Many data folks argue that you can just rely on forums, IRC, Twitter to get feedback on this, no API needed. Again this is the single perspective from an alpha developer who will actively participate in these channels and offer insight. In reality, this is a small percentage of any ecosystem, and in my experience users don't usually offer feedback.
Secondarily if you are dealing with large datasets and large user bases, dealing with human feedback channels are expensive, something that can also done with API analytics in a cost effective, scalable way. And don't think I'm arguing for not using these channels, I'm saying don't overburden them unnecessarily. They are still very important.
The best example of this, that I use in the wild, is with U.S. Census Data. A couple years ago I had conversations with database folk at the Census, and asked them their thoughts on how innovators like Google are using census data for flu tracking, and news outlets are merging with their data to track on politics, immigration and other relevant issues. The response was, "we are familiar with some of this, but honestly haven't heard of many of these usage scenarios".
I asked why they don't launch an API alongside of downloads, require developers to get a key, then utilize API analytics to provide insight into other use cases around census data. You still don't have visibility into all use cases, but you'd get another group of interesting integrations.
The response was quickly, NO! The Census has to balance the trust of being gatherers and keepers of this data, we can't lock it up or apply any interpretation on top of the data. We need to remain a neutral party. (They now have an API, but that is another story)
Ok. I get that. But don't you want to make the census a more efficient process? Possibly completely digital? Or be able to gather new data points that could help people better understand health, educational, race or other issues that are reflected in our society? An API isn't always about control (it can be), an API can be about understanding and empower sensible stewardship of data, providing the insight you might need to make the process better.
Every person I've had this discussion with is coming from an alpha developers perspective, who quickly wants access to data and has the skills and resources to get it done. They are not thinking about the rest of developers, or the stewards of this data and the lifelong process that goes into making data acquisition, transformation and publishing better for everyone involved.
So when you are thinking about data download vs. API, remember, if you have the resources, you should do both. A download is a great place to start, but the overall health of your data will be better off if you can introduce the more granular level access and the measurement that an API can deliver.

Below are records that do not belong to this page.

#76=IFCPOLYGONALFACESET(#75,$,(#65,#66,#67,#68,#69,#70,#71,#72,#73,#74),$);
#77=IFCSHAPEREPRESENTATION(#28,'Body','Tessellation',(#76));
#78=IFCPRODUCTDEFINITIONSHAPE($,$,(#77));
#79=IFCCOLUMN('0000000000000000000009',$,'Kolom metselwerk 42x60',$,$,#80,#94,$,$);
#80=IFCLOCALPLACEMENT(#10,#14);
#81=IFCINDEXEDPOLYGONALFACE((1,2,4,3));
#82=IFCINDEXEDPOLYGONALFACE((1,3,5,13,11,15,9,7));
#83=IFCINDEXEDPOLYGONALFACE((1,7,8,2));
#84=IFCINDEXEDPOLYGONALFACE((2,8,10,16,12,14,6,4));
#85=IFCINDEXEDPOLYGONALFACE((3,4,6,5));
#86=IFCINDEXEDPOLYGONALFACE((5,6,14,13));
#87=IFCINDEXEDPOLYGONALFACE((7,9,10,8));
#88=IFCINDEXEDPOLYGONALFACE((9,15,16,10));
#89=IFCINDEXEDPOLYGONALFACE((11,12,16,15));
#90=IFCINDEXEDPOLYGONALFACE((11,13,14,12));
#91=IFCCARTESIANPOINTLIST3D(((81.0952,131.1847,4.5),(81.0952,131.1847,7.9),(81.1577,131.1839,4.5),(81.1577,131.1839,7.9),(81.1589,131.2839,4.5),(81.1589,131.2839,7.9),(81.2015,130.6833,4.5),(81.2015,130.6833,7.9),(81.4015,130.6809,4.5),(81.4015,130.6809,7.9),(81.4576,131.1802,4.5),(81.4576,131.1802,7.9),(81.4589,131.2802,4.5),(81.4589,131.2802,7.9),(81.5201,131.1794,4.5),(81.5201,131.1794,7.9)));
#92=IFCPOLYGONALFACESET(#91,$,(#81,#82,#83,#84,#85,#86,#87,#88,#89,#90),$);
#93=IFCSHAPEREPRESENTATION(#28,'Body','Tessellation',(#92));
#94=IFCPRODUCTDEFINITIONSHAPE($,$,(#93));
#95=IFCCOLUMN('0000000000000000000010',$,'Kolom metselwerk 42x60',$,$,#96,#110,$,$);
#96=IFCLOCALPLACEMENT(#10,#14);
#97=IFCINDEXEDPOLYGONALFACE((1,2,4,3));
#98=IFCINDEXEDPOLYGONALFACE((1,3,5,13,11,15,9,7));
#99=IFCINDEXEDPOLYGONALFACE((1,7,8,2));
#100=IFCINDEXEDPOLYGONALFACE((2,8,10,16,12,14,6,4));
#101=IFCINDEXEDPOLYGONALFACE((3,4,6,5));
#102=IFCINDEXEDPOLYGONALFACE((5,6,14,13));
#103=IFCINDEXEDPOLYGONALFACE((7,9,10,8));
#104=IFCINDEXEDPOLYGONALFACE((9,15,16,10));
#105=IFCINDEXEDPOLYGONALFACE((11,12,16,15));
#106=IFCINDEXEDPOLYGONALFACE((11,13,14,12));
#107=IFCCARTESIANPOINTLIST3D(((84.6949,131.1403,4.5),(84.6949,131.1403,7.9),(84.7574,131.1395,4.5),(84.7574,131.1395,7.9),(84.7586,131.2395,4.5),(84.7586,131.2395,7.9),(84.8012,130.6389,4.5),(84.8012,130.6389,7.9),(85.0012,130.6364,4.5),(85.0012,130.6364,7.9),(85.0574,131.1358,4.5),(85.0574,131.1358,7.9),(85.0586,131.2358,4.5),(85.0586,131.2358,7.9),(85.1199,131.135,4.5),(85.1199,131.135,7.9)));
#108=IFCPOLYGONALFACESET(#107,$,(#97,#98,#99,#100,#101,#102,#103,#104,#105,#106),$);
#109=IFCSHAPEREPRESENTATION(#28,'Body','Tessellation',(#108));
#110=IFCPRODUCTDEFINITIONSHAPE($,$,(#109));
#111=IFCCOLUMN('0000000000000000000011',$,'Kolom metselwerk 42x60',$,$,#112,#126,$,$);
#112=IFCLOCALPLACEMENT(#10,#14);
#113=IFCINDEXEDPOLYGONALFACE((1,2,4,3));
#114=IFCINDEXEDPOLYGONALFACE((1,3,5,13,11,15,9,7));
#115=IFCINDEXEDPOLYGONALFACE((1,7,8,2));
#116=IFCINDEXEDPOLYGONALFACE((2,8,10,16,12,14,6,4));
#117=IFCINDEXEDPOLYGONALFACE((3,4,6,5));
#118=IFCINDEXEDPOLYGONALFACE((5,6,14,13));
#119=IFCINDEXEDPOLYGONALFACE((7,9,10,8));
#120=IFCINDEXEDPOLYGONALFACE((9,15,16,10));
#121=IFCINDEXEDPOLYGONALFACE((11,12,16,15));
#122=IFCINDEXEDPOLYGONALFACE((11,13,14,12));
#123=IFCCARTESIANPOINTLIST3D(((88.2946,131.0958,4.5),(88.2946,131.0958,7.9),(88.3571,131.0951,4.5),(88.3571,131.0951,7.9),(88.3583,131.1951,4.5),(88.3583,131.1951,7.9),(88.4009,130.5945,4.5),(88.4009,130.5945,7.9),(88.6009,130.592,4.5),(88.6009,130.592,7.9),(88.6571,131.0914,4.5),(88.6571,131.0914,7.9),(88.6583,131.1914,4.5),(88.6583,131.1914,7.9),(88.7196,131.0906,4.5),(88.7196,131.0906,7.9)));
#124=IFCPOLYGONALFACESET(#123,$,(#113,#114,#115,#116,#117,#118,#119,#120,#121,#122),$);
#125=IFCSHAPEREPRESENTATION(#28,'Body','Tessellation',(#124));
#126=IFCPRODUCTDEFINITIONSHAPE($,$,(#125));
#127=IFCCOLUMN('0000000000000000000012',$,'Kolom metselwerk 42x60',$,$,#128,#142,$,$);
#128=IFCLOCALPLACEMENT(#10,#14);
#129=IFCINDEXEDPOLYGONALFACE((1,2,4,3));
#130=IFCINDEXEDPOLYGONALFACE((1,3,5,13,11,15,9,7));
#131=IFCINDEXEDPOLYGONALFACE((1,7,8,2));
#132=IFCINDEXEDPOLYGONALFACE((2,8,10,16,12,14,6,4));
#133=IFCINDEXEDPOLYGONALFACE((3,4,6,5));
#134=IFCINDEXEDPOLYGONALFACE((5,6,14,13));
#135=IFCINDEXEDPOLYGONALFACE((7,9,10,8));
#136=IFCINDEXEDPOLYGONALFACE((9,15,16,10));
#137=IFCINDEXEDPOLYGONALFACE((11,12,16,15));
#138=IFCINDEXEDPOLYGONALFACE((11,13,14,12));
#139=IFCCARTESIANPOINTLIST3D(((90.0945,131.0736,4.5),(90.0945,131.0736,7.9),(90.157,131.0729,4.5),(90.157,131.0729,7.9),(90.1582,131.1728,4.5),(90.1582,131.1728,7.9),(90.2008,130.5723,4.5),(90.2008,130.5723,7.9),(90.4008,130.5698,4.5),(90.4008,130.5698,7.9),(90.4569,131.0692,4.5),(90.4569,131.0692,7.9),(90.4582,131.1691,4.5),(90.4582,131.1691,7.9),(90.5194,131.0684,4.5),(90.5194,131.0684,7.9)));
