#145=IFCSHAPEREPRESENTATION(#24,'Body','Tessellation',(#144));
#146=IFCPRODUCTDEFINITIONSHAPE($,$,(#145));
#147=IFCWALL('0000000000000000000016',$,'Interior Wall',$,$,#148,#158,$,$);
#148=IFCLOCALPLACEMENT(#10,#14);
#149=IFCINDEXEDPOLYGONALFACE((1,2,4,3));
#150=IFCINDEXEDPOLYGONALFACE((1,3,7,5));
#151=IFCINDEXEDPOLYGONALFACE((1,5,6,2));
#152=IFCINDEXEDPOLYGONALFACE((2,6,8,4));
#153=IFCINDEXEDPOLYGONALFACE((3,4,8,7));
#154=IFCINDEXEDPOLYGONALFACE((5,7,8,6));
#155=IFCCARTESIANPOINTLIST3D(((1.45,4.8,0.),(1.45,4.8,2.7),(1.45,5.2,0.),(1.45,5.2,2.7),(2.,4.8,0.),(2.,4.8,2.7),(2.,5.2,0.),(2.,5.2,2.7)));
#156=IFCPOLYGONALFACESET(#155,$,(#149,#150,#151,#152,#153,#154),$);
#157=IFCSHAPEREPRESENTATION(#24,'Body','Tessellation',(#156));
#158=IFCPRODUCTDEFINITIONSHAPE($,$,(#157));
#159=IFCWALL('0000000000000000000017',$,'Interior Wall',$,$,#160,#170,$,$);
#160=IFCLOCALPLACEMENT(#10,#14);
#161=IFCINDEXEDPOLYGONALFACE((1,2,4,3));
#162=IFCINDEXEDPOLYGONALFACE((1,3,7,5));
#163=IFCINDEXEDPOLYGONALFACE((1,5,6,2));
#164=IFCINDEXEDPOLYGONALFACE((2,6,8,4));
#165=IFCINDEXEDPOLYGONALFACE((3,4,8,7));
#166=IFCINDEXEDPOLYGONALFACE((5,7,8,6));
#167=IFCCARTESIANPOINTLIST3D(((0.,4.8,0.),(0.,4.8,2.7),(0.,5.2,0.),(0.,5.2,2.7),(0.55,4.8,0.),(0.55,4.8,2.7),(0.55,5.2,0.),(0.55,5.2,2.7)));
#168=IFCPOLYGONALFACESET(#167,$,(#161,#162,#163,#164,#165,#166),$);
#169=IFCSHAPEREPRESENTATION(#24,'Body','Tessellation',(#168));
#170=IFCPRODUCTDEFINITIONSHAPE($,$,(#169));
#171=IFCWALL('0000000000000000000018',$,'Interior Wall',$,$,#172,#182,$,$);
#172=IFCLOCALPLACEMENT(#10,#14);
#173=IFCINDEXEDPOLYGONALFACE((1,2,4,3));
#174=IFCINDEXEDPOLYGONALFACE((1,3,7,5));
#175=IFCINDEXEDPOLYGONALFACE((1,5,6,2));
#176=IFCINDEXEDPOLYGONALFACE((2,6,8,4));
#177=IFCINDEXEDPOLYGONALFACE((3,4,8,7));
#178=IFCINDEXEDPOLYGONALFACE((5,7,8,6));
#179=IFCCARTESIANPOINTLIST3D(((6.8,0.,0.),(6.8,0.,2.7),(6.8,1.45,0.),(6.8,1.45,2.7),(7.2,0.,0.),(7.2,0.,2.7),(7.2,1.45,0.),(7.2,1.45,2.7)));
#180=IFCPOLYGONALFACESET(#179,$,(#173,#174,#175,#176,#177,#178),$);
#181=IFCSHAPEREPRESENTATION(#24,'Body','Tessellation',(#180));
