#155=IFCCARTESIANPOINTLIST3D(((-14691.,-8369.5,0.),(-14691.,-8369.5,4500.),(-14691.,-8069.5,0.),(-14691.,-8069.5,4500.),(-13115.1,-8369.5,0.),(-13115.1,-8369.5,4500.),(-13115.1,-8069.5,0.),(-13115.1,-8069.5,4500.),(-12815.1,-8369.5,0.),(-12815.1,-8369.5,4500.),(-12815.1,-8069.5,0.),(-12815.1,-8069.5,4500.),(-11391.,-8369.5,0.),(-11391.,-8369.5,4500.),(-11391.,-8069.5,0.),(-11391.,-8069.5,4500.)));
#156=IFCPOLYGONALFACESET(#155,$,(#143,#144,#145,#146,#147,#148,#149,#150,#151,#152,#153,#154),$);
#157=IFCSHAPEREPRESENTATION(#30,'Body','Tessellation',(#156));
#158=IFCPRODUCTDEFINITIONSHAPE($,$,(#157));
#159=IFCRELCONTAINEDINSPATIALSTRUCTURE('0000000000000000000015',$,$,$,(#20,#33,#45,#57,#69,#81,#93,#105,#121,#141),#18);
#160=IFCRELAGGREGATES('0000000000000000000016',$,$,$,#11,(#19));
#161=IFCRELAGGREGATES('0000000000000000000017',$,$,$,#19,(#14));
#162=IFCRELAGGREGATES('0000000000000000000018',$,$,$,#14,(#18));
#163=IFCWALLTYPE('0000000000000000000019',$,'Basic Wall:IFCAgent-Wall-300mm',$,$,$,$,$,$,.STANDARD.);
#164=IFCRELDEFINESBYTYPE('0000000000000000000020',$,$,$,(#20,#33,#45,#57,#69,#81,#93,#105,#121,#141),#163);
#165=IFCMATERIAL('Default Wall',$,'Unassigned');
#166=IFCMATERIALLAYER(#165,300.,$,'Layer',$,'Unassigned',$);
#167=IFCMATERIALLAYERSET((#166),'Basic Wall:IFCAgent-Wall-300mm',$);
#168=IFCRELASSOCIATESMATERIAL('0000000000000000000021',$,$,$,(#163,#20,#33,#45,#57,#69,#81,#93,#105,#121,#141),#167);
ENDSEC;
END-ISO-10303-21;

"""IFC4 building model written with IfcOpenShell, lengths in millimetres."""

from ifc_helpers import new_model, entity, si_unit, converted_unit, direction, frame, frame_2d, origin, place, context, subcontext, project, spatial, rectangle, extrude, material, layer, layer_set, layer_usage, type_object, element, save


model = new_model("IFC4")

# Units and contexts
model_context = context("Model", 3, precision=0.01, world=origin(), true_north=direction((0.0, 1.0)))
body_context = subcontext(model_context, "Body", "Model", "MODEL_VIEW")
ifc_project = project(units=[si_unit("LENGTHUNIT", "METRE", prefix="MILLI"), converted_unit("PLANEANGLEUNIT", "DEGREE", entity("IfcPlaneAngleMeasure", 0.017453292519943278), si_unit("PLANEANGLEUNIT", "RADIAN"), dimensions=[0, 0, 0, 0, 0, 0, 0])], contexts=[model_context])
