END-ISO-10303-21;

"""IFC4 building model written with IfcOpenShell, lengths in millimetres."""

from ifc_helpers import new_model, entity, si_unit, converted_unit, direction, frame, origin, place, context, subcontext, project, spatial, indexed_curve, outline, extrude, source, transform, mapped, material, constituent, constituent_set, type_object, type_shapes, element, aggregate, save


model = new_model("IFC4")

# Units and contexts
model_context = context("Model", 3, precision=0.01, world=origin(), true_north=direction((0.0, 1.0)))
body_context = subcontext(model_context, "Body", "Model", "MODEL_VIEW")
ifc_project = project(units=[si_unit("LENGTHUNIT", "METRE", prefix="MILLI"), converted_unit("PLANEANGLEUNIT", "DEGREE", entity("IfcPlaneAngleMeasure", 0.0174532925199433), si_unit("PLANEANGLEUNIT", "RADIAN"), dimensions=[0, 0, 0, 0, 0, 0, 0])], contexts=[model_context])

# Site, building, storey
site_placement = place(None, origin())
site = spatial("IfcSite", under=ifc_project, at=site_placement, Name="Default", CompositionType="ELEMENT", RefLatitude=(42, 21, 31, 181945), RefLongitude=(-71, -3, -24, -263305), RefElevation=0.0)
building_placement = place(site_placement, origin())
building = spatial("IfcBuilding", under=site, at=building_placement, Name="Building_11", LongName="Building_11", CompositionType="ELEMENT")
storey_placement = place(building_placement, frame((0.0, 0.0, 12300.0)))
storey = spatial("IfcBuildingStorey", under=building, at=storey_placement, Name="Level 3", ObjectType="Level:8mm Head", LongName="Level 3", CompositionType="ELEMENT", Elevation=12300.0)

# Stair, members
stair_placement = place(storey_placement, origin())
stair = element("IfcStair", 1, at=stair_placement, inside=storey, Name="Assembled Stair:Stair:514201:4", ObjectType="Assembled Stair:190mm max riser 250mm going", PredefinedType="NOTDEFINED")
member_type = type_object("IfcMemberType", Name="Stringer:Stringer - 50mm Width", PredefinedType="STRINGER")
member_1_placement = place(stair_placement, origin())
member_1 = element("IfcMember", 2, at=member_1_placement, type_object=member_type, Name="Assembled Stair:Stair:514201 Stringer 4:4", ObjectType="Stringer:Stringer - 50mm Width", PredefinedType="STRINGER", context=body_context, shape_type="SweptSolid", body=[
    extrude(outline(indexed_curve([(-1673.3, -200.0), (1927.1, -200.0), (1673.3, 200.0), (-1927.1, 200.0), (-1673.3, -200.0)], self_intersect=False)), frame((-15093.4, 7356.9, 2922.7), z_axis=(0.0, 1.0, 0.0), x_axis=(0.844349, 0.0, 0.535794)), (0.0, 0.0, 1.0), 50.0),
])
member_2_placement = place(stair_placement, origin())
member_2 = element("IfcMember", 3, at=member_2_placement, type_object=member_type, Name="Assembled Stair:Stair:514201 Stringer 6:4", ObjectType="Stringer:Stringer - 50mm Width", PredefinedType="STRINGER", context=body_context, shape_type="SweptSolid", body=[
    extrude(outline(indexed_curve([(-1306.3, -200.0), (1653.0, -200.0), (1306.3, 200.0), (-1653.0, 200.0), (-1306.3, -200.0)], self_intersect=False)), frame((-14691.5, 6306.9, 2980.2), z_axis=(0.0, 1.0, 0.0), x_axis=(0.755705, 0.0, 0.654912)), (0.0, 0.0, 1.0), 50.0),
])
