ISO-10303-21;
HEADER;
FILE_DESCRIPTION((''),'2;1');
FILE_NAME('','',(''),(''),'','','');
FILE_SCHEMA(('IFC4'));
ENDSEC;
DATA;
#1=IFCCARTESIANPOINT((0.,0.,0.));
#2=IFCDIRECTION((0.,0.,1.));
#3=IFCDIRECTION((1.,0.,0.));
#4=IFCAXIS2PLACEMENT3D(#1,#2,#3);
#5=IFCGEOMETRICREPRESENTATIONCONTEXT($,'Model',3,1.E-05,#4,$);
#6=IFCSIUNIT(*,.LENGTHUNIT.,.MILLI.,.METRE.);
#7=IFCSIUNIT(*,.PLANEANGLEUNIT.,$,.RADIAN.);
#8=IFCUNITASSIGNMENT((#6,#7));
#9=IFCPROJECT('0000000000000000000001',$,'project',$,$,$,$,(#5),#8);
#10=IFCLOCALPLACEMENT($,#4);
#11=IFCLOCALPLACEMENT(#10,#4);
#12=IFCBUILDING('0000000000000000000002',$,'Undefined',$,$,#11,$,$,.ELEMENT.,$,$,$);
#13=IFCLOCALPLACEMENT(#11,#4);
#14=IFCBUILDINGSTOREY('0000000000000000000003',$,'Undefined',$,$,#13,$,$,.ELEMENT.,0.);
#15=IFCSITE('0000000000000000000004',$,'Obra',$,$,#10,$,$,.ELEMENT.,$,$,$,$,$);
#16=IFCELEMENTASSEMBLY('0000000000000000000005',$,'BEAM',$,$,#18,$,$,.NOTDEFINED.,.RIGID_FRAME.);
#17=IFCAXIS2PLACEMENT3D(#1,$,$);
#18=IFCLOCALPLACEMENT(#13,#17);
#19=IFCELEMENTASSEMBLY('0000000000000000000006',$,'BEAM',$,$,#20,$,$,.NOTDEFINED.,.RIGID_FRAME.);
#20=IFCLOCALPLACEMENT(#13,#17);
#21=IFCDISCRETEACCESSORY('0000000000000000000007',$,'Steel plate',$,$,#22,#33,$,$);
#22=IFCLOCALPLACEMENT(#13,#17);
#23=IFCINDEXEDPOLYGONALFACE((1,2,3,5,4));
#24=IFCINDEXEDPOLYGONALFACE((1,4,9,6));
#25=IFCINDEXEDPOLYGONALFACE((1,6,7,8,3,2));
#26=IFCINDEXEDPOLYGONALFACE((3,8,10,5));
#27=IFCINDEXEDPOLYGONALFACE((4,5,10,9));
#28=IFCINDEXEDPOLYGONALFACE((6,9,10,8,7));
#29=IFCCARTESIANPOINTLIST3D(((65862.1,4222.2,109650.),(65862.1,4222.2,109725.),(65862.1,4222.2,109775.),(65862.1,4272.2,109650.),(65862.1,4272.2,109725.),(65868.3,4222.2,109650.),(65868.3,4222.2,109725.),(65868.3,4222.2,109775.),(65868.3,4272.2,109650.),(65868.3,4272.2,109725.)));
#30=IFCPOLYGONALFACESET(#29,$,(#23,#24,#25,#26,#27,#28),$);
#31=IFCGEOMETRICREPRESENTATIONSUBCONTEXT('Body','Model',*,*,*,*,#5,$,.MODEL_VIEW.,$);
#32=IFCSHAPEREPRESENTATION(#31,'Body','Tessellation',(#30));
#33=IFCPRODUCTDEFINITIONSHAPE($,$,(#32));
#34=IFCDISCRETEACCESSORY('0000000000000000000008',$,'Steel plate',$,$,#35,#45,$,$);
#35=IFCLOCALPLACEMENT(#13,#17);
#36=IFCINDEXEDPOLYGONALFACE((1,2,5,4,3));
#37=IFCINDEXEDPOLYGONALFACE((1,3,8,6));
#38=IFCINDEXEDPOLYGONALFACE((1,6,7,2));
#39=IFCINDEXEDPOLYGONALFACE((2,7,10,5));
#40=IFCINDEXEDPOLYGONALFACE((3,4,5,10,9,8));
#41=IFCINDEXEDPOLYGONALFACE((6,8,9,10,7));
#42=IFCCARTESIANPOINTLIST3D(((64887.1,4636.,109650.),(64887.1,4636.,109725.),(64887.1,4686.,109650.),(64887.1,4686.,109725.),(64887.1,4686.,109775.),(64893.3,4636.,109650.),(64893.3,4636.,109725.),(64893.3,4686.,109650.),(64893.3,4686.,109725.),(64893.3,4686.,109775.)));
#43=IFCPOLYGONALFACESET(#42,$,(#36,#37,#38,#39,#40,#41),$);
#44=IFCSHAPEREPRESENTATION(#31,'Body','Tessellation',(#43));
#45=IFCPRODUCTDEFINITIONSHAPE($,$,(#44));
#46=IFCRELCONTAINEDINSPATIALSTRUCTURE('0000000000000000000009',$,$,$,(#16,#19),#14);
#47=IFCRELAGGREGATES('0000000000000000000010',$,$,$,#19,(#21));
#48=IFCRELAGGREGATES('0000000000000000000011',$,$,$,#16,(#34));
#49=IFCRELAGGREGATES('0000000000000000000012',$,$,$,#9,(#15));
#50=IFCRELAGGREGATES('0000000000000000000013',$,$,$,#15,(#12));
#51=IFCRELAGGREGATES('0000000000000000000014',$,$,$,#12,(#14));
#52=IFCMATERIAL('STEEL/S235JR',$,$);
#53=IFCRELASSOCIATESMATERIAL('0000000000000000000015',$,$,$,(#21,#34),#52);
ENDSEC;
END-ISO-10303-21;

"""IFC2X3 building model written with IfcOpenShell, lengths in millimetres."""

from ifc_helpers import new_model, si_unit, frame, origin_with_axes, place, context, subcontext, project, spatial, polyline, outline, extrude, material, element, aggregate, save


model = new_model("IFC2X3")

# Units and contexts
model_context = context("Model", 3, precision=1e-05, world=origin_with_axes())
body_context = subcontext(model_context, "Body", "Model", "MODEL_VIEW")
ifc_project = project(units=[si_unit("LENGTHUNIT", "METRE", prefix="MILLI"), si_unit("PLANEANGLEUNIT", "RADIAN")], contexts=[model_context])

# Site, building, storey
site_placement = place(None, origin_with_axes())
site = spatial("IfcSite", under=ifc_project, at=site_placement, Name="Obra", CompositionType="ELEMENT")
building_placement = place(site_placement, origin_with_axes())
building = spatial("IfcBuilding", under=site, at=building_placement, Name="Undefined", CompositionType="ELEMENT")
storey_placement = place(building_placement, origin_with_axes())
storey = spatial("IfcBuildingStorey", under=building, at=storey_placement, Name="Undefined", CompositionType="ELEMENT", Elevation=0.0)

# Element assembly
ifc_material_1 = material(Name="STEEL/S235JR")
assembly_1_placement = place(storey_placement, origin_with_axes())
assembly_1 = element("IfcElementAssembly", 1, at=assembly_1_placement, inside=storey, Name="BEAM", AssemblyPlace="NOTDEFINED", PredefinedType="RIGID_FRAME")

# Element assembly, discrete accessory
assembly_2_placement = place(storey_placement, origin_with_axes())
assembly_2 = element("IfcElementAssembly", 2, at=assembly_2_placement, inside=storey, Name="BEAM", AssemblyPlace="NOTDEFINED", PredefinedType="RIGID_FRAME")
discrete_accessory_1_placement = place(assembly_2_placement, frame((65865.2, 4222.2, 109725.0), z_axis=(1.0, 0.0, 0.0), x_axis=(0.0, 0.0, -1.0)))
discrete_accessory_1 = element("IfcDiscreteAccessory", 3, at=discrete_accessory_1_placement, material=ifc_material_1, Name="Steel plate", context=body_context, shape_type="SweptSolid", body=[
    extrude(outline(polyline([(0.0, 0.0), (75.0, 0.0), (75.0, 50.0), (0.0, 50.0), (-75.0, -25.0), (-75.0, 0.0), (0.0, 0.0)])), frame((0.0, 0.0, -3.1), z_axis=(0.0, 0.0, 1.0), x_axis=(1.0, 0.0, 0.0)), (0.0, 0.0, 1.0), 6.2),
])
aggregate(assembly_2, [discrete_accessory_1])

# Discrete accessory
discrete_accessory_2_placement = place(assembly_1_placement, frame((64890.2, 4686.0, 109725.0), z_axis=(-1.0, 0.0, 0.0), x_axis=(0.0, 0.0, -1.0)))
discrete_accessory_2 = element("IfcDiscreteAccessory", 4, at=discrete_accessory_2_placement, material=ifc_material_1, Name="Steel plate", context=body_context, shape_type="SweptSolid", body=[
    extrude(outline(polyline([(0.0, 0.0), (75.0, 0.0), (75.0, 50.0), (0.0, 50.0), (-75.0, -25.0), (-75.0, 0.0), (0.0, 0.0)])), frame((0.0, 0.0, -3.1), z_axis=(0.0, 0.0, 1.0), x_axis=(1.0, 0.0, 0.0)), (0.0, 0.0, 1.0), 6.2),
])
aggregate(assembly_1, [discrete_accessory_2])

save(model, "model.ifc")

comments powered by Disqus
Winning in the API Economy
|Download as PDF|
Latest Blog Posts
- You Can Have An API Just By Choosing Products And Services That Have APIs
- Using Excel As An API Datasource And An API Client For The Masses
- Relationship Between APIs And Containers
- Real-time and Visualizations Will Be Key in Financial API Deployments
- Notification Focused Startups Within Leading API Ecosystems
- APIs That Do One Thing And Do It Well Like ZipLocate
- Which API Do I Need?
- The Expanding API Conference Landscape
- Ocotoparts Open Source Google Spreadsheet
- Andrew Nacin Of WordPress @APIStrat Chicago
- Push Button API Deployment With The Heroku Button
- WordPress Style API Modules For Government
- The Heroku HTTP API Design Guide
- What I Have Been Calling API Trends, Are Slowly Being Baked Into API Operations
- FDA Finding Their API Mojo With A New Drug Label API
- Adding PokitDok To Healthcare Research And The API Stack (Well They Did)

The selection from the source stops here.